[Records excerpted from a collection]

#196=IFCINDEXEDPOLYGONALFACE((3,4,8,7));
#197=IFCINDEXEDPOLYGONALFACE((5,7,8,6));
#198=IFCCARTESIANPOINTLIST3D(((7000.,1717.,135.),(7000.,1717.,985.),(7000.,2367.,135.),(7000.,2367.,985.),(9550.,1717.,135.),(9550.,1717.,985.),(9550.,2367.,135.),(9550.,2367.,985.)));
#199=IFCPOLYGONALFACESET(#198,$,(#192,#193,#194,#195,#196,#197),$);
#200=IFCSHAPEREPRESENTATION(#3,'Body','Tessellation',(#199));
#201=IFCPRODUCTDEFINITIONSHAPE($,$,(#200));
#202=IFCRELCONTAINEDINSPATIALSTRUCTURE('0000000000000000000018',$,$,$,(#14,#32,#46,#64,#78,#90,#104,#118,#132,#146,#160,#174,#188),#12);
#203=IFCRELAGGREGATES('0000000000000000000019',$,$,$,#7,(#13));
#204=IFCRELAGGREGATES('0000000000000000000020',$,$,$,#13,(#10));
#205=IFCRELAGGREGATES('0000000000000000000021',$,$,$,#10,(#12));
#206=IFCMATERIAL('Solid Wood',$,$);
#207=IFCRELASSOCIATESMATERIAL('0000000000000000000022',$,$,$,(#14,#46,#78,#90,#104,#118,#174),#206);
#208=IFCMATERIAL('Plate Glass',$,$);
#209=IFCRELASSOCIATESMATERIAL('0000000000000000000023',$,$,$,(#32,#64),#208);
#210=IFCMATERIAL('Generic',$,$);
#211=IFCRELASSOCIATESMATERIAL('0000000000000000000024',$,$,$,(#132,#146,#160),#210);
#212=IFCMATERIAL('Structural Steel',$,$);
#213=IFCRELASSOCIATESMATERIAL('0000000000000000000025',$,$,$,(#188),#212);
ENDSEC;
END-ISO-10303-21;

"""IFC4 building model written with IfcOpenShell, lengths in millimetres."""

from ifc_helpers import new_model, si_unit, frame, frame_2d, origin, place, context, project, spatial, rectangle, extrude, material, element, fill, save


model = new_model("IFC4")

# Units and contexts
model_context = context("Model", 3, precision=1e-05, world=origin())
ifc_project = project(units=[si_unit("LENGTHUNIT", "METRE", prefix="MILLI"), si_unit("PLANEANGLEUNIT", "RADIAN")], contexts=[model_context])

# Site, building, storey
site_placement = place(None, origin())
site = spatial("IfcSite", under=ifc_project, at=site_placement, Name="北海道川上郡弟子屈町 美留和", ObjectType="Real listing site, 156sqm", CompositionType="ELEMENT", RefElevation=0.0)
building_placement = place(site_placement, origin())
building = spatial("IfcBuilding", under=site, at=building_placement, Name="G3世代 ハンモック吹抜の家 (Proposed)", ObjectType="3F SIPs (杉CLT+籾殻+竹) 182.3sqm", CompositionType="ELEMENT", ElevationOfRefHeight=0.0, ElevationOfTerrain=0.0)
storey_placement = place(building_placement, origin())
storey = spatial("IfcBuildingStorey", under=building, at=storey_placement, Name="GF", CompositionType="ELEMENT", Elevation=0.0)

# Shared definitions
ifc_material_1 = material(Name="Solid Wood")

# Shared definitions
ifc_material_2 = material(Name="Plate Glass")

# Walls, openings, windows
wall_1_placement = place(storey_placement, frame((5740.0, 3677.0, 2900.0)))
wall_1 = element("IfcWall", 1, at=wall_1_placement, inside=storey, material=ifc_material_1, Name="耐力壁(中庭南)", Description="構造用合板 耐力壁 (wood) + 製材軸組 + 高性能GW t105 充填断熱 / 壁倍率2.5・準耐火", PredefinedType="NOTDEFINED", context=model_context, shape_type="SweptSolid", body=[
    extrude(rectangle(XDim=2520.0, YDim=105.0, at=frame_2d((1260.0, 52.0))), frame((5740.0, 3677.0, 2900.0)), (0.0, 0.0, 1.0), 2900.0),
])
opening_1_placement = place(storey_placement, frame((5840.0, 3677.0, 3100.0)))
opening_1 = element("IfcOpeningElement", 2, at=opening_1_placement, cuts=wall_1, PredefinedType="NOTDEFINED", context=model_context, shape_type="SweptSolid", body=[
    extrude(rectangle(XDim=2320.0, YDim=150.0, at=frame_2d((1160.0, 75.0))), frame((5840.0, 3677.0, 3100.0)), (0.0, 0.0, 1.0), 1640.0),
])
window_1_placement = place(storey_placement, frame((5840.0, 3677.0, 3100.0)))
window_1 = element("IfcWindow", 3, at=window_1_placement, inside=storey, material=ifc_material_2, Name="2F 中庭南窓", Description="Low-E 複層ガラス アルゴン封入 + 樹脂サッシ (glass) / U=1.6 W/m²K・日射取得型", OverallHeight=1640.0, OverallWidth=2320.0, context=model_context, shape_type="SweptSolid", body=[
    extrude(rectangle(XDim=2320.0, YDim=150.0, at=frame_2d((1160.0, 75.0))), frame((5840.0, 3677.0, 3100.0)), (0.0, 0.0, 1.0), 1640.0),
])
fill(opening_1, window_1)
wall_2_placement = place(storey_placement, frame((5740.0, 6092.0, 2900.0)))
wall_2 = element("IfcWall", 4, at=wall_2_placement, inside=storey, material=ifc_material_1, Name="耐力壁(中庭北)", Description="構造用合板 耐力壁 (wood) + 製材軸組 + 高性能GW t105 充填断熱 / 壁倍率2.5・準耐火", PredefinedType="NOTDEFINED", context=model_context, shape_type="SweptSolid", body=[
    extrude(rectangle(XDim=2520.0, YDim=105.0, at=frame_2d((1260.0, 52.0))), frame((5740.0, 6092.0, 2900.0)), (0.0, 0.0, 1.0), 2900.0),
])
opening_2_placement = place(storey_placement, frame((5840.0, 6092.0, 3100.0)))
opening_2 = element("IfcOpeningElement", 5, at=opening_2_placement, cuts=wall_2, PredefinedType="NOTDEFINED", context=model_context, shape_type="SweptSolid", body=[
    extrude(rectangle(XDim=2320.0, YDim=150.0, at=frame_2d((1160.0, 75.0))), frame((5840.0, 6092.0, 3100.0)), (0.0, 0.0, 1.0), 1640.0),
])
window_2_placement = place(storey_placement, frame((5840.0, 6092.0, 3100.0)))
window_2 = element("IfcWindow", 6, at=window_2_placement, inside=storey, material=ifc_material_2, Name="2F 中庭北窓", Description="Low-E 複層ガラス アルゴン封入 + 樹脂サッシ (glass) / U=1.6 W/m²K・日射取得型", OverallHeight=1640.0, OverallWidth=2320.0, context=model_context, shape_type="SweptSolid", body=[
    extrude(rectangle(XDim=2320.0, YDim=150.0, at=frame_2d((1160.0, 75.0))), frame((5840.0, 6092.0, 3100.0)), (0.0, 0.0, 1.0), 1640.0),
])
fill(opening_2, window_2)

* WORK REQUEST *
Check each line above for the string "under" and return those that contain it.

* EXERCISE RESPONSE *
site = spatial("IfcSite", under=ifc_project, at=site_placement, Name="北海道川上郡弟子屈町 美留和", ObjectType="Real listing site, 156sqm", CompositionType="ELEMENT", RefElevation=0.0)
building = spatial("IfcBuilding", under=site, at=building_placement, Name="G3世代 ハンモック吹抜の家 (Proposed)", ObjectType="3F SIPs (杉CLT+籾殻+竹) 182.3sqm", CompositionType="ELEMENT", ElevationOfRefHeight=0.0, ElevationOfTerrain=0.0)
storey = spatial("IfcBuildingStorey", under=building, at=storey_placement, Name="GF", CompositionType="ELEMENT", Elevation=0.0)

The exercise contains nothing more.